Start of Block
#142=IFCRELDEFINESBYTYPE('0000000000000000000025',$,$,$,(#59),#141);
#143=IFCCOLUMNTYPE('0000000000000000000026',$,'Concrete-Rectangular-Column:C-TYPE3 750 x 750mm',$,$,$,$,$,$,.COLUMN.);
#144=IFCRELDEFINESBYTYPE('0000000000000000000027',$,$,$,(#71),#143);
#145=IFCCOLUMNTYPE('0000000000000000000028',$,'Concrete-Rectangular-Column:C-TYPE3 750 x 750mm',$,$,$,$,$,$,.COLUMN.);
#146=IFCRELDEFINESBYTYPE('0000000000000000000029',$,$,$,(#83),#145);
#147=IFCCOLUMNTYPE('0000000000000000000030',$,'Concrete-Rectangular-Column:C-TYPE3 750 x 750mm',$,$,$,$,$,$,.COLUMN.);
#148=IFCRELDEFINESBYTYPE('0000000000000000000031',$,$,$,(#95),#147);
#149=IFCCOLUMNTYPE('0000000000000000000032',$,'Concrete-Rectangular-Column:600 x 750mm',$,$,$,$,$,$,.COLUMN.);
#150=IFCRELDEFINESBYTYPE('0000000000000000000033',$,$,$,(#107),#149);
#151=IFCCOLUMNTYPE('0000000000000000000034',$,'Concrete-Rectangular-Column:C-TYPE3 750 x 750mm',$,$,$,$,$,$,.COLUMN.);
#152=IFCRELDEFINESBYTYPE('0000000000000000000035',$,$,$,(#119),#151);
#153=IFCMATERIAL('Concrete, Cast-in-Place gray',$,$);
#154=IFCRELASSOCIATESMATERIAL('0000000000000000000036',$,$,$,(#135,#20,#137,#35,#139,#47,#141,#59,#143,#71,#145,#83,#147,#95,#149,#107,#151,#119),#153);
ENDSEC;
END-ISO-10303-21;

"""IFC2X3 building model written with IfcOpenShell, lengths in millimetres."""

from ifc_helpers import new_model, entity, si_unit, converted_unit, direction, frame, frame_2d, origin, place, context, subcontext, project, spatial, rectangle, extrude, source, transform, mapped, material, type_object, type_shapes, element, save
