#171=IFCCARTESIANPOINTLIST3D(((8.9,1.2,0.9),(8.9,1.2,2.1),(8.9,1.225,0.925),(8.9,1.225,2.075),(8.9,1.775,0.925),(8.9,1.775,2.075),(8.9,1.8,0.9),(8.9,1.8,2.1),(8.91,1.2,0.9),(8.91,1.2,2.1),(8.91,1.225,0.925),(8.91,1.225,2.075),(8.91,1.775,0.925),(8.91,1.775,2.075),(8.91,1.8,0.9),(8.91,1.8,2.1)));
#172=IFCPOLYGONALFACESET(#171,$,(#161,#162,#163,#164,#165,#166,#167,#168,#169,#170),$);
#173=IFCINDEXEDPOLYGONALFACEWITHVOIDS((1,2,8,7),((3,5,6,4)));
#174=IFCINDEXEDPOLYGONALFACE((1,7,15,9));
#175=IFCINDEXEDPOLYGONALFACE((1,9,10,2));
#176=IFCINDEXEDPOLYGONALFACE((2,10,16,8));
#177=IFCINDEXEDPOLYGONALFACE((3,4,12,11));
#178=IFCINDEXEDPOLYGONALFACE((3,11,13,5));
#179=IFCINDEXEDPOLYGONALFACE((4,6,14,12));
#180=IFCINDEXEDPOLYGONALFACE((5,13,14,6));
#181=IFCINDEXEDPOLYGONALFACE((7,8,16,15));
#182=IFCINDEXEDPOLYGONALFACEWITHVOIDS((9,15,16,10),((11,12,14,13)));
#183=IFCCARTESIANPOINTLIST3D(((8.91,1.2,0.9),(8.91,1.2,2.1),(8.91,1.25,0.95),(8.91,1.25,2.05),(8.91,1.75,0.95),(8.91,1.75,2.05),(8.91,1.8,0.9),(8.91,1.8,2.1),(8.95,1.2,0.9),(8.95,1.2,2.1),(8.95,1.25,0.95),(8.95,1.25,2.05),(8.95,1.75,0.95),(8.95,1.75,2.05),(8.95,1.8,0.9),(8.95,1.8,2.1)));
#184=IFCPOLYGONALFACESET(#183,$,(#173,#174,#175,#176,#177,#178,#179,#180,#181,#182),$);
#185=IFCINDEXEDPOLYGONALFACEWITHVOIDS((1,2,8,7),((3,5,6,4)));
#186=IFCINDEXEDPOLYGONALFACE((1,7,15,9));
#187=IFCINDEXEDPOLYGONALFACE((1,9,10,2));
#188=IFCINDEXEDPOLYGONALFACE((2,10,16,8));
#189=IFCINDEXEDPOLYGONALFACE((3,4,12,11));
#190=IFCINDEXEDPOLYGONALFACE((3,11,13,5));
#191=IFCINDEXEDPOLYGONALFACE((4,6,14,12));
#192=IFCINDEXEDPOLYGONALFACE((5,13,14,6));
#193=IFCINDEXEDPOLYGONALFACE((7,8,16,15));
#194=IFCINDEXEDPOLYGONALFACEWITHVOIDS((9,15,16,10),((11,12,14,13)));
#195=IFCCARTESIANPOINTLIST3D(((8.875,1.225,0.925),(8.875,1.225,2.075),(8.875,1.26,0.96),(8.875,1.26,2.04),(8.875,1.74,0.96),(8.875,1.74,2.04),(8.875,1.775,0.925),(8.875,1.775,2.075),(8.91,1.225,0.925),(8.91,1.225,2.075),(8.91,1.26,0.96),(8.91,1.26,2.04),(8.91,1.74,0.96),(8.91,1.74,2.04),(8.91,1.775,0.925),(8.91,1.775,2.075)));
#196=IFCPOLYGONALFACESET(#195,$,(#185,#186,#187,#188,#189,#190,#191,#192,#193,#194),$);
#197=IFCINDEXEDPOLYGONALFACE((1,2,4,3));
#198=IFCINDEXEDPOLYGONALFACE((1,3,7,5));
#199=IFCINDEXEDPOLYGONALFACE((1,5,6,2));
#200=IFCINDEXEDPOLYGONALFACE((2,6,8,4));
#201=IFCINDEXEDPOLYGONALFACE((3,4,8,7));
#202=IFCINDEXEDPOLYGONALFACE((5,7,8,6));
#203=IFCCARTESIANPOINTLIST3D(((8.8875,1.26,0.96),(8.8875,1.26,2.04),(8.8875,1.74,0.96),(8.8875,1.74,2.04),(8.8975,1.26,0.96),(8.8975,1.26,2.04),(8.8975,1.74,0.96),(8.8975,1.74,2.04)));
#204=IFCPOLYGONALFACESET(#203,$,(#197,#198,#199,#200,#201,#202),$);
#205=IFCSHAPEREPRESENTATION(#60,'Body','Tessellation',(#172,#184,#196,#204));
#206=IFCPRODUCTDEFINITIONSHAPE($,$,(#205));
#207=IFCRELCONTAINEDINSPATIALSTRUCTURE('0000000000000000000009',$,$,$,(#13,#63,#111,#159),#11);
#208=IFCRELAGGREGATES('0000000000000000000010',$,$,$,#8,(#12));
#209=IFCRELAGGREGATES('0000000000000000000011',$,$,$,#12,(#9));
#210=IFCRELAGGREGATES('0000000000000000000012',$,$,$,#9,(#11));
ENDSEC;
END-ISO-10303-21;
End of Block
Start of Block
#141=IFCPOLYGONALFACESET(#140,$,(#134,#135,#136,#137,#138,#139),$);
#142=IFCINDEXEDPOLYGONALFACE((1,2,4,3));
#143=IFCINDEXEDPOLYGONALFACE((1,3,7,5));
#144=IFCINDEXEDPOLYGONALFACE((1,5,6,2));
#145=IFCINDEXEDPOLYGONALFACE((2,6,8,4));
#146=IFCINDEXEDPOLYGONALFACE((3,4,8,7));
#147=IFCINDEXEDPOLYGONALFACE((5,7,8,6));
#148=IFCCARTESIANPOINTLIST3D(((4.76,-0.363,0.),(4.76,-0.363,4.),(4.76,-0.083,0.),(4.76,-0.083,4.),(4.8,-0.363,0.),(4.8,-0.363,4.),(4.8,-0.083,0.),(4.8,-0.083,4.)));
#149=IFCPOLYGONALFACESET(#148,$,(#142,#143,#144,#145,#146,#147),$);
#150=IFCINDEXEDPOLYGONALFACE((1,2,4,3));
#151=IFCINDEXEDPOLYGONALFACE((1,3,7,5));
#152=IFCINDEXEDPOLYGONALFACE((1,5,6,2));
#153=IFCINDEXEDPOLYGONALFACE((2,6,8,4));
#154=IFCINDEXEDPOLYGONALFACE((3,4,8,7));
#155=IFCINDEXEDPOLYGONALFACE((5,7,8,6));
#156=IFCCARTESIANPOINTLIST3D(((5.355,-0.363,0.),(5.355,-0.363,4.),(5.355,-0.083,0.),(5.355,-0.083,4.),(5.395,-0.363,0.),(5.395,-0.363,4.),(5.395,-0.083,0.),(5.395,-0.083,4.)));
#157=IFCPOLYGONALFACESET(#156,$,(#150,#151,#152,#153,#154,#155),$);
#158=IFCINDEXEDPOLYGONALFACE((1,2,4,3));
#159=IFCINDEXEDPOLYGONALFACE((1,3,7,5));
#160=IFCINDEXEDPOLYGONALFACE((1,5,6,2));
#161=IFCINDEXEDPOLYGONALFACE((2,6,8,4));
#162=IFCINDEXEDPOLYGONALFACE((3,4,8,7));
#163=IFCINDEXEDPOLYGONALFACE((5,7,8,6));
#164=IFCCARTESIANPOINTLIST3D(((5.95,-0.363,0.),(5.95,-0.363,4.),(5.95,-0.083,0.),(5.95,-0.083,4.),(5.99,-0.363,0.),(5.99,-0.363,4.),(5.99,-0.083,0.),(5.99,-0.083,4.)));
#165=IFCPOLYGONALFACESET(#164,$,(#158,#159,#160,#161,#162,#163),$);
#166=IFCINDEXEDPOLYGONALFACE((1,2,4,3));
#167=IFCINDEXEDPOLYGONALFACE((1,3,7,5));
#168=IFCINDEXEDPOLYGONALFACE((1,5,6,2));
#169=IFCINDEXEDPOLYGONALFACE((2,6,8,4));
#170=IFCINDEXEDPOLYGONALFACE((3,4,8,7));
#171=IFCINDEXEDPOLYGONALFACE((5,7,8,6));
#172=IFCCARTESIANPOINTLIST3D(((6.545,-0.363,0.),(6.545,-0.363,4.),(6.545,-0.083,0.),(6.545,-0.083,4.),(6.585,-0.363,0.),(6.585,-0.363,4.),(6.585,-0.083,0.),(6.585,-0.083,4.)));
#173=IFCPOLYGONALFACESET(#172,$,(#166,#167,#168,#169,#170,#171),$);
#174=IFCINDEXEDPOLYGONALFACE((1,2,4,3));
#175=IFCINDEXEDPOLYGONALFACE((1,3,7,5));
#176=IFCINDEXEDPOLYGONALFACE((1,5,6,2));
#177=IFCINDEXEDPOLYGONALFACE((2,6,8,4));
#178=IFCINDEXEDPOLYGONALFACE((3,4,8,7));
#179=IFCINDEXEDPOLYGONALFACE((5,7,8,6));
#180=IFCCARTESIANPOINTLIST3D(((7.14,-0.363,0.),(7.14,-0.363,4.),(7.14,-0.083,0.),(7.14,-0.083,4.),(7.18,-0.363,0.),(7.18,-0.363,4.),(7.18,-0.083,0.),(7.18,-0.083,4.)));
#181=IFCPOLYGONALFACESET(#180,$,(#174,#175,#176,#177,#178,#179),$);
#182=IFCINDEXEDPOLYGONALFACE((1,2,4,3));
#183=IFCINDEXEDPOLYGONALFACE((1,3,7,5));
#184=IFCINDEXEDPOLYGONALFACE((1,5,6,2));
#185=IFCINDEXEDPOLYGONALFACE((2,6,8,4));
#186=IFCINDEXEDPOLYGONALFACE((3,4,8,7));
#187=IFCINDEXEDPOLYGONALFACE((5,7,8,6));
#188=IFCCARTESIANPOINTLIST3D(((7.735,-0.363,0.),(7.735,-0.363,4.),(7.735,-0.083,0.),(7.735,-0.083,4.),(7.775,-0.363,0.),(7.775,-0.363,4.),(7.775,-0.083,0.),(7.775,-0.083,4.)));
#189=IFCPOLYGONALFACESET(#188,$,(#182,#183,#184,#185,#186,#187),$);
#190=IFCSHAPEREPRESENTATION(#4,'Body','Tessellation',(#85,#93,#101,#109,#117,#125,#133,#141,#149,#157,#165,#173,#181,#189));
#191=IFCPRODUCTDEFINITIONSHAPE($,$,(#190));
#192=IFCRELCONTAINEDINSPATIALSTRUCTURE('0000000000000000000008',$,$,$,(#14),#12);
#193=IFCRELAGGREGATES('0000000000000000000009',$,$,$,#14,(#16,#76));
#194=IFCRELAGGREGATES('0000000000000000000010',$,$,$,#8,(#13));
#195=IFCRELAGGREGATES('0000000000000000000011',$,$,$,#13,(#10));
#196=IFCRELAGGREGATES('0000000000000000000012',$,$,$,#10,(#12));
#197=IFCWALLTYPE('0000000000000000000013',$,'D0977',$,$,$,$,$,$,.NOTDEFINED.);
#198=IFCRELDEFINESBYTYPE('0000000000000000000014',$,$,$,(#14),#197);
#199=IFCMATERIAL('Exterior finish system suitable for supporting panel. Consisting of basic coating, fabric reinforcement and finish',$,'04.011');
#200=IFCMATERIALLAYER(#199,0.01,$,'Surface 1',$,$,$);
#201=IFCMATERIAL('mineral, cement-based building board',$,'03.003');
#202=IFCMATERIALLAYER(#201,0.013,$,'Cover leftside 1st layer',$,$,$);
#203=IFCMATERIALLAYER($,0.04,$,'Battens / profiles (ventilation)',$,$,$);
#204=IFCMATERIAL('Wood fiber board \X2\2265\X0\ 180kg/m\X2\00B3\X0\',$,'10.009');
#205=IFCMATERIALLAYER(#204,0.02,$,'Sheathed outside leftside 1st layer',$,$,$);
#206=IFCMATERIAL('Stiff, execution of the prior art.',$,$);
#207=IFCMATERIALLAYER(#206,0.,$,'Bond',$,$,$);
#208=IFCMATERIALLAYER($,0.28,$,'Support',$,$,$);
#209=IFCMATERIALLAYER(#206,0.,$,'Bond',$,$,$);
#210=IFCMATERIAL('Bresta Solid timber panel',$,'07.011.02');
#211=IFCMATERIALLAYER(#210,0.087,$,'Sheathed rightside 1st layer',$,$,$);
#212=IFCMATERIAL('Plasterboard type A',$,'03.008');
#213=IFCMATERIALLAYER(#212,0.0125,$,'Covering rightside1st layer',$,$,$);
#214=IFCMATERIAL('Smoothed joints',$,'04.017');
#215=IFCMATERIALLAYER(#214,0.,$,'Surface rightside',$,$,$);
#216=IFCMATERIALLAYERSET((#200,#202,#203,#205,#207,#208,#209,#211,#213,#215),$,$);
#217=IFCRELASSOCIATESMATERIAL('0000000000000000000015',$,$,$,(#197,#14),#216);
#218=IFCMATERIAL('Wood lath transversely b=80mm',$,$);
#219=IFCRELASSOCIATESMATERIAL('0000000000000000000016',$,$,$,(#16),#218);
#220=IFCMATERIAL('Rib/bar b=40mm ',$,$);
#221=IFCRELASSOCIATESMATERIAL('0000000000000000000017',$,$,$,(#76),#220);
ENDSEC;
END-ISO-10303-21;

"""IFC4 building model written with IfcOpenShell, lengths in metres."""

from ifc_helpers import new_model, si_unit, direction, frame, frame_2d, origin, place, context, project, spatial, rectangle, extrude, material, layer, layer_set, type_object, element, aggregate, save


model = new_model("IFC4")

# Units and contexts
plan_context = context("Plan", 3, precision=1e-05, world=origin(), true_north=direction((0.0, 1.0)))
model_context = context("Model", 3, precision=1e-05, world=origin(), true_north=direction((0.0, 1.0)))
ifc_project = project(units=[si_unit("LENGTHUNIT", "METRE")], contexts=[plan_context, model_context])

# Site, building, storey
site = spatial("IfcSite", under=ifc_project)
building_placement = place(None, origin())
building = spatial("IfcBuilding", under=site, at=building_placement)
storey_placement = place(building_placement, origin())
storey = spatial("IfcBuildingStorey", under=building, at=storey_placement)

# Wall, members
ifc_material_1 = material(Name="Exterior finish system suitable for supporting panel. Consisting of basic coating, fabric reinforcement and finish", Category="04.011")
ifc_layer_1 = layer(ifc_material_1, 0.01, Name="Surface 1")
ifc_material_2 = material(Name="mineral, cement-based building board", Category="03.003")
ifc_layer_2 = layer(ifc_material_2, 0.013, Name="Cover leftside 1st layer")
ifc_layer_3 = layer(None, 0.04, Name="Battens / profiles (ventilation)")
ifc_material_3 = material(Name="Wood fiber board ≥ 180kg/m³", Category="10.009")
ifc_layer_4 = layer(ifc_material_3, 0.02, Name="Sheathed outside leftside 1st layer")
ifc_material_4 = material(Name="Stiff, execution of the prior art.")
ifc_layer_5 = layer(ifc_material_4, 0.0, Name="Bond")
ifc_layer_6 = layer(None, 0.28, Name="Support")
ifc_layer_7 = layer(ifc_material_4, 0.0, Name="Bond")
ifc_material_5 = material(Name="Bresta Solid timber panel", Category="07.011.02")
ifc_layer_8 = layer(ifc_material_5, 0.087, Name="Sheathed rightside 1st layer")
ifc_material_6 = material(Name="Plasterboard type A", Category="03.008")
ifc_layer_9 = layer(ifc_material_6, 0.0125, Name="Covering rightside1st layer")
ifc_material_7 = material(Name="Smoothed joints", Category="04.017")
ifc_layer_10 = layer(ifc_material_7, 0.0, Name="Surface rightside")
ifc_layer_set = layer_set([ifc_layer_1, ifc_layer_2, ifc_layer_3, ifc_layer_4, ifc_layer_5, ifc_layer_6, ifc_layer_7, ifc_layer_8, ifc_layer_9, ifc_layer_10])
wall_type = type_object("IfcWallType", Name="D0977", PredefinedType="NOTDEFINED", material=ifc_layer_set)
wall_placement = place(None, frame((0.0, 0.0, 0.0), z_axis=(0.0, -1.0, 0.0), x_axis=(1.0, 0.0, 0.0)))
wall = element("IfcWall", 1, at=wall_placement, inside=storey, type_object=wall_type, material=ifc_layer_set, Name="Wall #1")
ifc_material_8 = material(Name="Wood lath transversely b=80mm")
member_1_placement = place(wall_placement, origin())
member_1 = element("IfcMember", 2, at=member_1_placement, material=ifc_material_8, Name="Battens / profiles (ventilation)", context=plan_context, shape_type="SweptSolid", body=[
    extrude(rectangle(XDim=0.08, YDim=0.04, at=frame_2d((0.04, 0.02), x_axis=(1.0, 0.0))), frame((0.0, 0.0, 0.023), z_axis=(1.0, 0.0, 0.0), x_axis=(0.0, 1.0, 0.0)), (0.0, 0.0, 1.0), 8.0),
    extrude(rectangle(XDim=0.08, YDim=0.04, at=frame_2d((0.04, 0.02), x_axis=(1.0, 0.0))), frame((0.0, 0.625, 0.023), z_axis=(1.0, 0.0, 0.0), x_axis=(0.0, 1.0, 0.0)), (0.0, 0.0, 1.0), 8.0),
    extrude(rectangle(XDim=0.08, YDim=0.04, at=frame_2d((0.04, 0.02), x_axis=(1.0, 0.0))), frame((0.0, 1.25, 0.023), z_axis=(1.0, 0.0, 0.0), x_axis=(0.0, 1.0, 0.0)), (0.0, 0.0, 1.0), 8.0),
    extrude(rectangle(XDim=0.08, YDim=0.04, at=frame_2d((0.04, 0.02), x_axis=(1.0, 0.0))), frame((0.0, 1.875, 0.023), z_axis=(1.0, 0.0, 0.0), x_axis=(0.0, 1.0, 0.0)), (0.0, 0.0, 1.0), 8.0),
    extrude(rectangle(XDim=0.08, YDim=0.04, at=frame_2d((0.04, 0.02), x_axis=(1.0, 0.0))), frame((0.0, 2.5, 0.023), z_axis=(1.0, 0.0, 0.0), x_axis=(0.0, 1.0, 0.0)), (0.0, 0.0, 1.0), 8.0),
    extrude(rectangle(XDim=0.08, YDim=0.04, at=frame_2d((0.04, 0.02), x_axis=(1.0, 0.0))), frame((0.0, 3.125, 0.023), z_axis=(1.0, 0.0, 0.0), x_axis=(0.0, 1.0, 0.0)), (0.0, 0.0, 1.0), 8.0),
End of Block
▸ **YOUR TASK**
Only the number of lines in the data that hold "Consisting" should be stated.

▸ **ANSWER BOX**
2